**Work to be completed**
Work out how many lines of this material hold the word "ObjectType". Write only that number.

**Records provided**
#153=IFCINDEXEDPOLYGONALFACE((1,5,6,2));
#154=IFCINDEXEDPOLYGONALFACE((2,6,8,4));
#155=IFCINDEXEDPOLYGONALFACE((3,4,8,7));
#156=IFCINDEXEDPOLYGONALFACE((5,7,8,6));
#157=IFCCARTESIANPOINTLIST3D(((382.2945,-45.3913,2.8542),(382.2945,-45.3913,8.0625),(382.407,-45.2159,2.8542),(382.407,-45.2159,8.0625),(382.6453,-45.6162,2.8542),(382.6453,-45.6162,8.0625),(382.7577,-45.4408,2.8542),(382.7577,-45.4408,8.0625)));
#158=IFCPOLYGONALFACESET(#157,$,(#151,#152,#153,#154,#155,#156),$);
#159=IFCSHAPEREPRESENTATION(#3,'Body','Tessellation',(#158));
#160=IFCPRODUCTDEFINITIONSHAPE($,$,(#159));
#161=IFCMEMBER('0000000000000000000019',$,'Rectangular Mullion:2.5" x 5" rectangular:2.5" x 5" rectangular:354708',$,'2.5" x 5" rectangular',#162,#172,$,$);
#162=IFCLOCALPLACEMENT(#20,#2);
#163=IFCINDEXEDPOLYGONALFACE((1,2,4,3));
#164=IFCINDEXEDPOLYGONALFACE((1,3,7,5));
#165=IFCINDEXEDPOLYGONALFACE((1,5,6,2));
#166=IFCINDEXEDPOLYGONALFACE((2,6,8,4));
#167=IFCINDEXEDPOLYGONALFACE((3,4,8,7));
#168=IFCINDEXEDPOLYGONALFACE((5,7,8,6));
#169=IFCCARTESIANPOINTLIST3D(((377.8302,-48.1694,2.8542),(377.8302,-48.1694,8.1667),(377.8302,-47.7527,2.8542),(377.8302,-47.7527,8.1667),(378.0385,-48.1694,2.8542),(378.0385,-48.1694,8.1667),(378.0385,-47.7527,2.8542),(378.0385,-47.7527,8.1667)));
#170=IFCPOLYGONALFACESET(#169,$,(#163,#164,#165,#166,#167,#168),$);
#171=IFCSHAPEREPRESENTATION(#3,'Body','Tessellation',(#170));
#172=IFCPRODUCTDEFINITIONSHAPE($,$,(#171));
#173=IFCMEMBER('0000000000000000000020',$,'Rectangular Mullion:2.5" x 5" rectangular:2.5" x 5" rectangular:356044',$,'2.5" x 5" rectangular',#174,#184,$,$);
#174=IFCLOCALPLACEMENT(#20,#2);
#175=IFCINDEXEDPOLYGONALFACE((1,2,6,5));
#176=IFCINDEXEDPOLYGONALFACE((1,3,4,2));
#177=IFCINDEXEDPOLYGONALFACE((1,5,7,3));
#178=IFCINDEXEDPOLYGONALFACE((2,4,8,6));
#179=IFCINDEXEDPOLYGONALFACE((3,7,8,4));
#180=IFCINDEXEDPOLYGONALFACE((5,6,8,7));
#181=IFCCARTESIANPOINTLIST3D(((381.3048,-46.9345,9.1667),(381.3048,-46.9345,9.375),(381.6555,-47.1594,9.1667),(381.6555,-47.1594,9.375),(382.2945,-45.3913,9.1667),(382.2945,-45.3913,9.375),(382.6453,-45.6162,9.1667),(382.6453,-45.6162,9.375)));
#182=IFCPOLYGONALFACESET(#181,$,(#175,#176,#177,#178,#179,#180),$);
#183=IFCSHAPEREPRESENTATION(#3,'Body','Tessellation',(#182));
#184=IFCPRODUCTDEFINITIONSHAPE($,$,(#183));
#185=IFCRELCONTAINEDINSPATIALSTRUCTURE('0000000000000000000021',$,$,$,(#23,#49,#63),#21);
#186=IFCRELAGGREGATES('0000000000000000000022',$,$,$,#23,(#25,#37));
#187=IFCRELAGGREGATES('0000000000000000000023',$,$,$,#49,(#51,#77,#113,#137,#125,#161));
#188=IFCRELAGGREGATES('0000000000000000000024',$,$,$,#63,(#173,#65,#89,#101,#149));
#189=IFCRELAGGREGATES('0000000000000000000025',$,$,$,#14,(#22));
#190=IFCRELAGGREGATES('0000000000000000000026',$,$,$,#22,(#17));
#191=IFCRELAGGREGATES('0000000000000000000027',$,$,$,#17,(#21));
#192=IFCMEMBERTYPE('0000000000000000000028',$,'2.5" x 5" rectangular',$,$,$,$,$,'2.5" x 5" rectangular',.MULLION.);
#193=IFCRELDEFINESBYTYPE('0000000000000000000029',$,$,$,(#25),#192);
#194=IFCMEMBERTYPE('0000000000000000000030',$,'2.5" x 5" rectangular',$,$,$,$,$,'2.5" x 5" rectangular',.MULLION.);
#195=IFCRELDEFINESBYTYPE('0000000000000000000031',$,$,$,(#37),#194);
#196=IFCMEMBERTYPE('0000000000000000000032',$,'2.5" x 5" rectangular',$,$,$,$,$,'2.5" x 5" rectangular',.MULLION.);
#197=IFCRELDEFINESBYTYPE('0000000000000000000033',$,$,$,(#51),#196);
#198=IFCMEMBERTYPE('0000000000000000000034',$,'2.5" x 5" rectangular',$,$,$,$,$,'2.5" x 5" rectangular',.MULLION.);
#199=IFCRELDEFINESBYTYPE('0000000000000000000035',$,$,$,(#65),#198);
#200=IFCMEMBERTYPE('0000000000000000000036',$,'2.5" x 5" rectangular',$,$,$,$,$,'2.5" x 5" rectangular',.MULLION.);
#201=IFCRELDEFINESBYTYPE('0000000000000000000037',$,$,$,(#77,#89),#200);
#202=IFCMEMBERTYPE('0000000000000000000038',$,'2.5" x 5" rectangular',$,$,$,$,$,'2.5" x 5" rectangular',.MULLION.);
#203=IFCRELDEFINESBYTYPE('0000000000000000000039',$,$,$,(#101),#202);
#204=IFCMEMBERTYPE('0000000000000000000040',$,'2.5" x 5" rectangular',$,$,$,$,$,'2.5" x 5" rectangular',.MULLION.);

...

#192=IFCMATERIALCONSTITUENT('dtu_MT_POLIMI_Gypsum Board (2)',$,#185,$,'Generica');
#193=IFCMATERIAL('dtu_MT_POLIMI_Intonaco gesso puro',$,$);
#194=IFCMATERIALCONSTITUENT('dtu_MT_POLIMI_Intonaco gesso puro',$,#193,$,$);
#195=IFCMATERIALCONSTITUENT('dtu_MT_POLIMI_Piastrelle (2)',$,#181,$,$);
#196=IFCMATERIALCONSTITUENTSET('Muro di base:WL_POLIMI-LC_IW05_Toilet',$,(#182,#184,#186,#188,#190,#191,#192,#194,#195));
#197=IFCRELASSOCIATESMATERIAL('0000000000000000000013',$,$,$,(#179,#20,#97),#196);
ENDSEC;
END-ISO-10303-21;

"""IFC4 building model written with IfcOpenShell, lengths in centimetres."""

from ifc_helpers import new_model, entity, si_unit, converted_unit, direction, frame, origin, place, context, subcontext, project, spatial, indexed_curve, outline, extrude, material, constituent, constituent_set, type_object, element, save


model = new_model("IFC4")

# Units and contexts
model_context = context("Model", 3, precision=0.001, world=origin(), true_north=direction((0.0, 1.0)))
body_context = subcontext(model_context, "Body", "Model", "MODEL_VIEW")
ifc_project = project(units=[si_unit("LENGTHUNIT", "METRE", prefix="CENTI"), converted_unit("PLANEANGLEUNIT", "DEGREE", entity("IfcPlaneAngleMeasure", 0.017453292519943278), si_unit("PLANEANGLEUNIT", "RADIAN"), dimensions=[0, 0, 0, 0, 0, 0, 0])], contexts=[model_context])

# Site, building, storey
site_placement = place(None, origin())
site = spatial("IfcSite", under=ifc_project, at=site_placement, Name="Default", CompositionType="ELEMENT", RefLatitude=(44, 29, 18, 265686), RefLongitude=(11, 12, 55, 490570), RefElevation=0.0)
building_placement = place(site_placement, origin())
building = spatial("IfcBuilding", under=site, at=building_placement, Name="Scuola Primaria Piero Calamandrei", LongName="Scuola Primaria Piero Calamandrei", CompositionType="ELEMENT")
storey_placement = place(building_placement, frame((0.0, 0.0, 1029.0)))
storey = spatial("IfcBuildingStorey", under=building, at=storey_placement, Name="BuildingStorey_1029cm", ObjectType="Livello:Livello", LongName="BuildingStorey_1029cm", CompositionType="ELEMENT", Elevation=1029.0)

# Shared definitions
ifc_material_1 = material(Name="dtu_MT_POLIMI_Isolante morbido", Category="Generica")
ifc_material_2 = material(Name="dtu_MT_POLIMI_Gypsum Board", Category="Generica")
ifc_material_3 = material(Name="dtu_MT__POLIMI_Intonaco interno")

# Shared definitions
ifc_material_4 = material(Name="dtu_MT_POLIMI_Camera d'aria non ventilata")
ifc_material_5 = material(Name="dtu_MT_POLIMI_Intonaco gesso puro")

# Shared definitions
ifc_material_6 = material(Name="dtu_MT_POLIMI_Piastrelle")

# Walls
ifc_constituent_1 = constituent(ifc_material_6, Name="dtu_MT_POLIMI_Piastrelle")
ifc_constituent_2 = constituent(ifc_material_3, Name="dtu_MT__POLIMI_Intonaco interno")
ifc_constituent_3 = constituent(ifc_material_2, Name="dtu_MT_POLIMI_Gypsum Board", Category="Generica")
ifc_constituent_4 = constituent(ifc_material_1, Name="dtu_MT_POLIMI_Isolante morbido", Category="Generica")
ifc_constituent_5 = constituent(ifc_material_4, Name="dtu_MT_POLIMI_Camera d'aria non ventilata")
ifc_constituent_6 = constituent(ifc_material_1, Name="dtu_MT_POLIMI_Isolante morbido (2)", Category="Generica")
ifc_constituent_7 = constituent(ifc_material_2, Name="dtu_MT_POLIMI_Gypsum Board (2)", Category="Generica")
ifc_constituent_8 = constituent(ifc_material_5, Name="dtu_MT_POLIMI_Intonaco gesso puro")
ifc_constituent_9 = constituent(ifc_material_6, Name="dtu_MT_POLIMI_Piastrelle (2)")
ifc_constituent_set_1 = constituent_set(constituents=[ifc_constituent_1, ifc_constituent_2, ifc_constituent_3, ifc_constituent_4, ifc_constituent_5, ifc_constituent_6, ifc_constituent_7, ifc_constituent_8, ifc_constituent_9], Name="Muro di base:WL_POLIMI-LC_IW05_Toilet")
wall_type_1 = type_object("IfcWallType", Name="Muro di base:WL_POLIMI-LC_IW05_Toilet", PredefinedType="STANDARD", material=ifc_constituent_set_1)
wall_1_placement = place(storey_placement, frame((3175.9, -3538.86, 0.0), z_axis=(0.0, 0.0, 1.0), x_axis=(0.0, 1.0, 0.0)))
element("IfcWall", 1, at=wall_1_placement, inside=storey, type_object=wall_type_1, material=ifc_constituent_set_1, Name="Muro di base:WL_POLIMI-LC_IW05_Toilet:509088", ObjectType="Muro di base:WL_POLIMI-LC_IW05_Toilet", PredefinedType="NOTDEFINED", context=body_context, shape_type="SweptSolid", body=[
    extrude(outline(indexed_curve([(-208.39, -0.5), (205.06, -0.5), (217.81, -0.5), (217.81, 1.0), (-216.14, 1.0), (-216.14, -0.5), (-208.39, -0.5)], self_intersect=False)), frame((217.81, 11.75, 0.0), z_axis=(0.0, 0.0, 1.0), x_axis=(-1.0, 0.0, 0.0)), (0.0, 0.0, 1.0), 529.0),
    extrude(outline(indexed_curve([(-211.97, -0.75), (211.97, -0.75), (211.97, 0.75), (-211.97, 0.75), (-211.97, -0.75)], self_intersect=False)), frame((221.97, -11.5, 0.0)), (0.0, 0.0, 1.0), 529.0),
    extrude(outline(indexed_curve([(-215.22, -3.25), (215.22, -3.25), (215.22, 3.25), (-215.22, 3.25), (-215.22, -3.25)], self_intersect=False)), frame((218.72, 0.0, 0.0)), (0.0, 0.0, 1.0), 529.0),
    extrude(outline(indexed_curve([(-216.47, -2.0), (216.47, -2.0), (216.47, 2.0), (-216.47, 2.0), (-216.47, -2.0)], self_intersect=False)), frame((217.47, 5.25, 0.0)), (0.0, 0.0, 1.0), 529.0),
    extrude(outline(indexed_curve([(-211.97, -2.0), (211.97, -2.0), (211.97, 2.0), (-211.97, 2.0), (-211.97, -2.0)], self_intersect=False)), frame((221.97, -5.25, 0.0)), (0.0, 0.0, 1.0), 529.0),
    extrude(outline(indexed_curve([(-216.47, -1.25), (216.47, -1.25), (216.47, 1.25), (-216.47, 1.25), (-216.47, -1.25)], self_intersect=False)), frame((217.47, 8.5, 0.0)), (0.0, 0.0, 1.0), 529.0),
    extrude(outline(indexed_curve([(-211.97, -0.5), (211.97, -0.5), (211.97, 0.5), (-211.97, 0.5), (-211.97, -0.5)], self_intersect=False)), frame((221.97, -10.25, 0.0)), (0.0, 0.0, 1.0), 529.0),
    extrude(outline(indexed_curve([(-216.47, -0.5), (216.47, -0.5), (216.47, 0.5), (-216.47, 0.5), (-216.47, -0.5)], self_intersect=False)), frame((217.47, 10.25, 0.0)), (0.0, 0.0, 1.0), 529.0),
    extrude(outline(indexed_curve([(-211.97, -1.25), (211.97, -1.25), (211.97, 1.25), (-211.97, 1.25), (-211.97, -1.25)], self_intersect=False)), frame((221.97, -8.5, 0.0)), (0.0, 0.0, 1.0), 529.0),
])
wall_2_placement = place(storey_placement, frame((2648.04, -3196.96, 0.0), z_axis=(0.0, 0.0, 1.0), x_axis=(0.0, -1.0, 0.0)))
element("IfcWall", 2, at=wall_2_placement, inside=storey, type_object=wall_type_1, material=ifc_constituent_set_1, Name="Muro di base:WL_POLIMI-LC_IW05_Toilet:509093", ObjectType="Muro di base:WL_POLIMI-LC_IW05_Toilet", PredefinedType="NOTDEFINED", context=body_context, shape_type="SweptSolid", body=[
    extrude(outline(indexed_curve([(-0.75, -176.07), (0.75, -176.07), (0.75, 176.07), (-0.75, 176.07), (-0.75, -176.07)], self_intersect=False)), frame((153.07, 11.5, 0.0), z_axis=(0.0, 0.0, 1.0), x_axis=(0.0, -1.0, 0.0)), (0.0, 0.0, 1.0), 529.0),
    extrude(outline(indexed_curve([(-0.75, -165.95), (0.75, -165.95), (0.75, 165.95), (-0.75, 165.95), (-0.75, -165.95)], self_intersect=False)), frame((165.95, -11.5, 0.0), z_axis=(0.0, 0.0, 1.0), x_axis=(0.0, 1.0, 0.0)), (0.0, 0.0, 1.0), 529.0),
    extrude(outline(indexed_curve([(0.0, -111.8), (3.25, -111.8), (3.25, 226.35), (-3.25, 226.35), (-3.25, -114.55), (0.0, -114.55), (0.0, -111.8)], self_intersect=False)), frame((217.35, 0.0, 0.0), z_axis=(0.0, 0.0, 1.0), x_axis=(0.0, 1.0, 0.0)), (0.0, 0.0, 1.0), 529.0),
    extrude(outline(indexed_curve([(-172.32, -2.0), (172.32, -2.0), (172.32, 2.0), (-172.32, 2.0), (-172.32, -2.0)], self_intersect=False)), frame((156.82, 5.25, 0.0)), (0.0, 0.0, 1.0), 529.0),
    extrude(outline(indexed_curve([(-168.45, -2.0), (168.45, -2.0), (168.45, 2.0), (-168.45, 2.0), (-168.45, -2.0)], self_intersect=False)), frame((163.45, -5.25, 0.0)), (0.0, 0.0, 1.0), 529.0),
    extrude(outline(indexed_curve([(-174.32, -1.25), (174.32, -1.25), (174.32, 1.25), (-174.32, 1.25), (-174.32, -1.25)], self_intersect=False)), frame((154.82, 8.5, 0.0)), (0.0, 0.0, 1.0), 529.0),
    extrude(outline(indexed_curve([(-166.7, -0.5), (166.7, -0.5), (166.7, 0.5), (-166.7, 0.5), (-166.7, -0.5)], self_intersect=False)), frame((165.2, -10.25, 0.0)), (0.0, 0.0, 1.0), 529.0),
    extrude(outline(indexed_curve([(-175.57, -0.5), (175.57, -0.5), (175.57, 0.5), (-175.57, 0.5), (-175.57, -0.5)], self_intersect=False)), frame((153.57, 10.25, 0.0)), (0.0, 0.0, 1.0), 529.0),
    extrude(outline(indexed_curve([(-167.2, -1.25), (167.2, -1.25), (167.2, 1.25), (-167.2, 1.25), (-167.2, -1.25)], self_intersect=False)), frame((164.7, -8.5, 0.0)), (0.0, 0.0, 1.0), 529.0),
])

**Response**
3